Brandon,
I'm no DB expert, but a couple of thing would simplify your task.
There no point formatting the SQL statement with "& Chr(13) & "" & Chr(10)"
as this is irrelevant to ADO, unless you want it to look nice in the debug
window.
Not sure how ADO would handle the "{" barcket in the SQL, unless they are
required by your DB.
Depending on how the data is held in "Range("A3").Value" you may be
returning an unexpected value to the dtest variable.
Add a Debug.Print dtest and see what is being passed.
To me it seems that the part "{ts '" & dtest & "'}" would evalaute to
something like
{ts '08-Apr-04 8:00:43 PM'}
which is probably not what you are storing in the DB, as the ts variable is
not being evaluated as it is in the string.

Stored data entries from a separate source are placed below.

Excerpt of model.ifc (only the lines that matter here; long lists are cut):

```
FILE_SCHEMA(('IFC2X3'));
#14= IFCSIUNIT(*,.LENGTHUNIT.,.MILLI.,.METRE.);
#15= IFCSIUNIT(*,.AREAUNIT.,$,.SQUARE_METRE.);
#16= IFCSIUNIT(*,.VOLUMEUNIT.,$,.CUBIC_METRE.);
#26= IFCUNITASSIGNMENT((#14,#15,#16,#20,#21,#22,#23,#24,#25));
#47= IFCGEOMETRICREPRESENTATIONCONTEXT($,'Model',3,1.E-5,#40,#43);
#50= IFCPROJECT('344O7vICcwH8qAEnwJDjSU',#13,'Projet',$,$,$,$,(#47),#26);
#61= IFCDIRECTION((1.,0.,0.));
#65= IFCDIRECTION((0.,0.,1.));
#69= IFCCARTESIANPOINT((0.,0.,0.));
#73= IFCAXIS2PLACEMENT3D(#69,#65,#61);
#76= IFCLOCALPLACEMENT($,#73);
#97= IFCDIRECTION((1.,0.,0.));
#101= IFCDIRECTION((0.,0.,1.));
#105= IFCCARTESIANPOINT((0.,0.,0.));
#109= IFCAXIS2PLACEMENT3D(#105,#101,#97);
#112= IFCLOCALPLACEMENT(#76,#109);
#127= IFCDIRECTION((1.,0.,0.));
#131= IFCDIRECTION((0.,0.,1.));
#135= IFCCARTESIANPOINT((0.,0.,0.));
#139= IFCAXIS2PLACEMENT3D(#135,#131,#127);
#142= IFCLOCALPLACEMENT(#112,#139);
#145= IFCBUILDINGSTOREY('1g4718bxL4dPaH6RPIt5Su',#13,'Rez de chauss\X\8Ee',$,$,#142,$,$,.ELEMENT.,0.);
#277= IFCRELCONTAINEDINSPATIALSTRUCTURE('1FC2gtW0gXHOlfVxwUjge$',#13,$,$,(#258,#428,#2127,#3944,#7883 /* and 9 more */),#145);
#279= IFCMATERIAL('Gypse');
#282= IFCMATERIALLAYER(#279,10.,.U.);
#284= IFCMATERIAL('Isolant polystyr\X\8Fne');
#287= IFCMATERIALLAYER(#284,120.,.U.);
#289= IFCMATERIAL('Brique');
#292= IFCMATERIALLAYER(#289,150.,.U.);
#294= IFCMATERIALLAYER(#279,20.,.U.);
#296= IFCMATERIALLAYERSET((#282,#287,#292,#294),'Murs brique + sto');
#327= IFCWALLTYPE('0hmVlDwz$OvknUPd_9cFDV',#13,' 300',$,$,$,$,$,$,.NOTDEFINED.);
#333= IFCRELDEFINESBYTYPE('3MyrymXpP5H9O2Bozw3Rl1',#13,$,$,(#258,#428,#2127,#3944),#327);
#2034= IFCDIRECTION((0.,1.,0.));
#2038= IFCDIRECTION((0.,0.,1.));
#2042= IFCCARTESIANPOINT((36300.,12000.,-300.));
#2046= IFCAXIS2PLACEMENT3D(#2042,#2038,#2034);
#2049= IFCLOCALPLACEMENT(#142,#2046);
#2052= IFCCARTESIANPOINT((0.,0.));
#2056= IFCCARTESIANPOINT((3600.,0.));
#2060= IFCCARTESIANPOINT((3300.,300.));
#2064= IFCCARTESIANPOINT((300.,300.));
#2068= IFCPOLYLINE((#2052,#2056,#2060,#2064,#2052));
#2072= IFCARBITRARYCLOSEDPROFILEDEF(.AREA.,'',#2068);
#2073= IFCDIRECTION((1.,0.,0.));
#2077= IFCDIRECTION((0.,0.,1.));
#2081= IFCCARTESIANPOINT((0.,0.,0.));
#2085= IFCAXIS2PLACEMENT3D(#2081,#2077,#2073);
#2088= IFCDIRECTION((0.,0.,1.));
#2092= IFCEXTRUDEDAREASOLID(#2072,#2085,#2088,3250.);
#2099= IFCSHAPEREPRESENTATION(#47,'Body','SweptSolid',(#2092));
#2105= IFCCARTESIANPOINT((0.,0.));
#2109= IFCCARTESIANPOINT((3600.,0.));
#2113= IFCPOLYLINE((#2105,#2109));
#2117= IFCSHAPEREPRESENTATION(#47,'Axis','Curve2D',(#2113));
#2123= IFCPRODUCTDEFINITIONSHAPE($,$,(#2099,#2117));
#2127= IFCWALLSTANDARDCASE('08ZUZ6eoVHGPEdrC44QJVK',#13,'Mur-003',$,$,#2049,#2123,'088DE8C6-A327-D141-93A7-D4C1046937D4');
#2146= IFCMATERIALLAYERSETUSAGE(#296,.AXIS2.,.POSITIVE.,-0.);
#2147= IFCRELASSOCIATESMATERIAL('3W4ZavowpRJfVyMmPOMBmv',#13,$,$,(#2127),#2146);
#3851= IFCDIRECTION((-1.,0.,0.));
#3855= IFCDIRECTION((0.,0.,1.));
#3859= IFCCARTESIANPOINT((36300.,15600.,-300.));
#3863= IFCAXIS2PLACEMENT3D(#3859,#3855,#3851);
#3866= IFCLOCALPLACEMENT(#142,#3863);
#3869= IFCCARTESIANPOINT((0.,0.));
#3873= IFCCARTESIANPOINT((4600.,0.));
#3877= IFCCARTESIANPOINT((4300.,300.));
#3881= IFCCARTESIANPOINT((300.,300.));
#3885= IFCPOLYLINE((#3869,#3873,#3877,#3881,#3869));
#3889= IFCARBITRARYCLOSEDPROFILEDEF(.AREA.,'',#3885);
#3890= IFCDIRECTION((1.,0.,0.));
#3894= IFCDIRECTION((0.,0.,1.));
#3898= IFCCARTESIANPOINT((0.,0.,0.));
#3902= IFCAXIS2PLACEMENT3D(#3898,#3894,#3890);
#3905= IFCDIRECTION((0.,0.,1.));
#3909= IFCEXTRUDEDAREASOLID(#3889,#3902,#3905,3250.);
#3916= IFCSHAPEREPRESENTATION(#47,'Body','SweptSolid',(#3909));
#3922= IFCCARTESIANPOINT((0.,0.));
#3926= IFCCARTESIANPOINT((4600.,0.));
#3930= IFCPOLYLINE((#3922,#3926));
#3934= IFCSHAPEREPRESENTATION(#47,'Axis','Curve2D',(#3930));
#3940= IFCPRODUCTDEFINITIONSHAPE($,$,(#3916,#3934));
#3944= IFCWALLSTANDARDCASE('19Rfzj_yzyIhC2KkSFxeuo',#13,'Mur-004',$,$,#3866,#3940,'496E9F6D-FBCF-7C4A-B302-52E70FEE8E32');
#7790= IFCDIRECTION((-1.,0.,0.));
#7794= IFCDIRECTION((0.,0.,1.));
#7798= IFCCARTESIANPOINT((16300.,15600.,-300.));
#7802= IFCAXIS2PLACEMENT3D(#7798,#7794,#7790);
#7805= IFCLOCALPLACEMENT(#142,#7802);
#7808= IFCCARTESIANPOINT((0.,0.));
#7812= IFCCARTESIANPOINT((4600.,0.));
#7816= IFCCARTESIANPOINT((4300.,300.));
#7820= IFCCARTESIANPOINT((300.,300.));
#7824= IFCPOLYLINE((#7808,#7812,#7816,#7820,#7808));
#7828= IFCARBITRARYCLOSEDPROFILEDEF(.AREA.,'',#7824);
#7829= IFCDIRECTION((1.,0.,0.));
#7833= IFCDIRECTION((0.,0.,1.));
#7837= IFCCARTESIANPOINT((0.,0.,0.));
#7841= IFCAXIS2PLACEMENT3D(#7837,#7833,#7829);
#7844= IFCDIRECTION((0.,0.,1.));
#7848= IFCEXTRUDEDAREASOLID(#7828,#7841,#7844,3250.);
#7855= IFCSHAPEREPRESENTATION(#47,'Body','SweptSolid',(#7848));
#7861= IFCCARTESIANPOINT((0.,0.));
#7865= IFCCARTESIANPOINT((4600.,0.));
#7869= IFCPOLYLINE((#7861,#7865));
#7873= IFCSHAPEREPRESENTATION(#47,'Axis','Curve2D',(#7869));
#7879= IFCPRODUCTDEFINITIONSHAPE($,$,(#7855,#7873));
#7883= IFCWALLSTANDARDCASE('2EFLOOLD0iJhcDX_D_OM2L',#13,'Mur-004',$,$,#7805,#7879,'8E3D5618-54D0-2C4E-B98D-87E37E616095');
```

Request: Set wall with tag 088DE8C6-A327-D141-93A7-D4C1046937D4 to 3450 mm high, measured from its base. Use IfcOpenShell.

```python
import ifcopenshell
import ifcopenshell.geom
import ifcopenshell.util.shape
import ifcopenshell.util.unit

model = ifcopenshell.open("model.ifc")
unit_scale = ifcopenshell.util.unit.calculate_unit_scale(model)
settings = ifcopenshell.geom.settings()


def volume(element):
    """Net volume in cubic metres, openings subtracted."""
    shape = ifcopenshell.geom.create_shape(settings, element)
    return ifcopenshell.util.shape.get_volume(shape.geometry)


wall = model.by_guid("08ZUZ6eoVHGPEdrC44QJVK")
before = volume(wall)

body = next(r for r in wall.Representation.Representations if r.RepresentationIdentifier == "Body")
solid = body.Items[0]
old_height = solid.Depth
solid.Depth = 3.45 / unit_scale
after = volume(wall)

print(f"height {old_height:g} -> {solid.Depth:g}, volume {before:.3f} -> {after:.3f} m3")

model.write("model_updated.ifc")
```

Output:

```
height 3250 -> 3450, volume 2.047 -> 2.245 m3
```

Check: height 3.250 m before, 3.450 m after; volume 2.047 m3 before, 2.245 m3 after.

If you wish to use the "(" brakets for clarity, it would be better to
contain to two caparions either side of the AND separately.
Hope that helps.
NickHK
"Brandon" <bdreilingATmac.com wrote in message
...
Thanks for your reply.
The two variables will create a date/time range.
={ts '" & dtest & "'} is to state greater or equal to a date and
timestamp, such as 2004-04-07 00:00:00 and the next variable will state
less than or equal to 2004-04-08 00:00:00.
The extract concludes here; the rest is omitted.